**What you are asked to do**. In the listing below, every line with the word "NEGATIVE" needs to be copied.

**Data for this exercise**.

▼

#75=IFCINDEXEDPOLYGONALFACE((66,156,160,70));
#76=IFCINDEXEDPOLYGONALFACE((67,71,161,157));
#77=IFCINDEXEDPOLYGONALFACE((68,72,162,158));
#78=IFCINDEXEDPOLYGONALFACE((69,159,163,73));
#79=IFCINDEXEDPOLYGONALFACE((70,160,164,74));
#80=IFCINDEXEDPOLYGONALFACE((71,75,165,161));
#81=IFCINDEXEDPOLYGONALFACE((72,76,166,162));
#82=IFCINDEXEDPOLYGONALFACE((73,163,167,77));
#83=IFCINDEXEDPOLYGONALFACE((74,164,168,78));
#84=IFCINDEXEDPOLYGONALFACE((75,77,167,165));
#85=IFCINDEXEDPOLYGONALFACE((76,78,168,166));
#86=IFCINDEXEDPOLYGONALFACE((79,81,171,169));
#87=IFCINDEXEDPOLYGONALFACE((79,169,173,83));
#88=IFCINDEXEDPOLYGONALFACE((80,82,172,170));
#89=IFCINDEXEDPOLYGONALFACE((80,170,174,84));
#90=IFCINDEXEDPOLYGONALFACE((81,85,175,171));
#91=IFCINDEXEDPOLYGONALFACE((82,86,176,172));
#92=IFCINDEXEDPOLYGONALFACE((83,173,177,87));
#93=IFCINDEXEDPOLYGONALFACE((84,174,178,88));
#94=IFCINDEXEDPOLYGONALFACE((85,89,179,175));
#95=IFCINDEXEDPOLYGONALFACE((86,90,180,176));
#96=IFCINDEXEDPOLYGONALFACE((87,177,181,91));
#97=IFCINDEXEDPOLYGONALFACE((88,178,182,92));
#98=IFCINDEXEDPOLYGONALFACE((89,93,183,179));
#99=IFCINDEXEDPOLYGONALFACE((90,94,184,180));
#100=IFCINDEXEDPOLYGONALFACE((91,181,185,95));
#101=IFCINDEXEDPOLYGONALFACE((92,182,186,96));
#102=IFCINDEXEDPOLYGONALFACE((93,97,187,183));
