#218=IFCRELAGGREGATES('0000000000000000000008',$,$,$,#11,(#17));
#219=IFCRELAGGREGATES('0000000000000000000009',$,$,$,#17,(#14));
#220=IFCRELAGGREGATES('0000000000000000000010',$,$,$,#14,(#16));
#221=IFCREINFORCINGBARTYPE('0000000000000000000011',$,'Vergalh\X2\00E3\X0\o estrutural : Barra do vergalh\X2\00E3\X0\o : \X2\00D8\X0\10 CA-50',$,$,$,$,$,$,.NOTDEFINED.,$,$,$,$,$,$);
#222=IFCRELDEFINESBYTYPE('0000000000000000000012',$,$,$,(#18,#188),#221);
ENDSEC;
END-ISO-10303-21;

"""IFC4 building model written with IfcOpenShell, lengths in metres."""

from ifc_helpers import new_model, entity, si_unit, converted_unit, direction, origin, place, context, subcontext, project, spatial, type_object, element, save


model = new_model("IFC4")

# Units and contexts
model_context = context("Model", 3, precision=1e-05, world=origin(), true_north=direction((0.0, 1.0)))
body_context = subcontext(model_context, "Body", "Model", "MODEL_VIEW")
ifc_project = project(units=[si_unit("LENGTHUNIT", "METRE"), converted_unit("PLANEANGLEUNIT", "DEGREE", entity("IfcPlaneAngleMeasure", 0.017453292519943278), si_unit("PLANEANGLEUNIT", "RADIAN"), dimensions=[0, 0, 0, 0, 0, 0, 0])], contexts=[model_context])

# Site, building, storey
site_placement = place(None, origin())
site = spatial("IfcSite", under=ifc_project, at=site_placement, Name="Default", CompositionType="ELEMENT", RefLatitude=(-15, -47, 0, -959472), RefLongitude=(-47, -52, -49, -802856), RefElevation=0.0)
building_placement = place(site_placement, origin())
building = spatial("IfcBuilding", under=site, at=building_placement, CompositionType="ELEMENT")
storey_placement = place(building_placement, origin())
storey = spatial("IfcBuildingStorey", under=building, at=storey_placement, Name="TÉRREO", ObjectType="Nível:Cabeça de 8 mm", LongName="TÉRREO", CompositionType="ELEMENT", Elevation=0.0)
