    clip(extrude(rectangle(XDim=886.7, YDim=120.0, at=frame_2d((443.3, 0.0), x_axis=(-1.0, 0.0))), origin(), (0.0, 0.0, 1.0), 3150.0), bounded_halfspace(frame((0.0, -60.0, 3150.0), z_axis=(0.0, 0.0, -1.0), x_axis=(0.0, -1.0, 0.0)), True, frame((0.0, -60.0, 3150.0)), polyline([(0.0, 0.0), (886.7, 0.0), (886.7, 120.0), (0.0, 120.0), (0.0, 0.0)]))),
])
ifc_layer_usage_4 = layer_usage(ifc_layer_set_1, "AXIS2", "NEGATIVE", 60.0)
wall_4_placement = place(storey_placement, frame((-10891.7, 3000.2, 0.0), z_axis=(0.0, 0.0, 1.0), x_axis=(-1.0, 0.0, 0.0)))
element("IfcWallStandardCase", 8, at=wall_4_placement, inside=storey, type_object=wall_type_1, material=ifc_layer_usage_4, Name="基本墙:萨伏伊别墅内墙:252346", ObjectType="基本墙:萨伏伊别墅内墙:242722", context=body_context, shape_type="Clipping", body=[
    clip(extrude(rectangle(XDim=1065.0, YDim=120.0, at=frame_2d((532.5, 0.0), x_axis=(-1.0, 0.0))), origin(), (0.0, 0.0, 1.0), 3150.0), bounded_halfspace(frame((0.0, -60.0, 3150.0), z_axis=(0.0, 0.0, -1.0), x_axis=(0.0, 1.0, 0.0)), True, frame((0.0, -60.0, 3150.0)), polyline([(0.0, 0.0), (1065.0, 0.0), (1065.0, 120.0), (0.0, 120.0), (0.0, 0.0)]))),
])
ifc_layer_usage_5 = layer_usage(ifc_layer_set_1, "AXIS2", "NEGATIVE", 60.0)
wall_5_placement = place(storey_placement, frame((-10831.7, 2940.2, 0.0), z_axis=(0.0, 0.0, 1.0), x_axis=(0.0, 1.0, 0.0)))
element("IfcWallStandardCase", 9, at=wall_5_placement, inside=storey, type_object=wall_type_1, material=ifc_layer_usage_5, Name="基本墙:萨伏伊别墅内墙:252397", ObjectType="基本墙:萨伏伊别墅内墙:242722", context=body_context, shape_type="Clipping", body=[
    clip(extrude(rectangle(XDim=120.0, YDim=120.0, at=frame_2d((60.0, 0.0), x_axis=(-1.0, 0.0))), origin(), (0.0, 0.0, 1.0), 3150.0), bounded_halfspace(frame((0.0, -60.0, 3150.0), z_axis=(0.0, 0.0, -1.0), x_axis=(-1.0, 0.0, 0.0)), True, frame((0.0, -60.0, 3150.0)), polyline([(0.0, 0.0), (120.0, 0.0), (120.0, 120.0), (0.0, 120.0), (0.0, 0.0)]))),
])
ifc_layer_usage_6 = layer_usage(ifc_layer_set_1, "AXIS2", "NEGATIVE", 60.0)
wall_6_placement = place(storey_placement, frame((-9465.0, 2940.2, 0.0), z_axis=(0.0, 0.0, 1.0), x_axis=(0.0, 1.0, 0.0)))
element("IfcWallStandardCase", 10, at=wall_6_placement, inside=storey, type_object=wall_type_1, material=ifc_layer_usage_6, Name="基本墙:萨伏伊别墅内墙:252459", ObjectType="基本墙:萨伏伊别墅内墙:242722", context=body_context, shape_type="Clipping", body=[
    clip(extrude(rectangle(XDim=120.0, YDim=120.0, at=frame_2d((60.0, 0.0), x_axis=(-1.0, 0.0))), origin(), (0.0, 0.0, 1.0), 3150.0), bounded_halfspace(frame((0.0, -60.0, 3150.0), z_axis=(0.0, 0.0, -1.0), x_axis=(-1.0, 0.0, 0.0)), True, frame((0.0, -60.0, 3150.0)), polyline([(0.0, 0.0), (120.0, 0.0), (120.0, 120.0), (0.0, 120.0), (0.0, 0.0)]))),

▲

**Answer to the problem**.
ifc_layer_usage_4 = layer_usage(ifc_layer_set_1, "AXIS2", "NEGATIVE", 60.0)
ifc_layer_usage_5 = layer_usage(ifc_layer_set_1, "AXIS2", "NEGATIVE", 60.0)
ifc_layer_usage_6 = layer_usage(ifc_layer_set_1, "AXIS2", "NEGATIVE", 60.0)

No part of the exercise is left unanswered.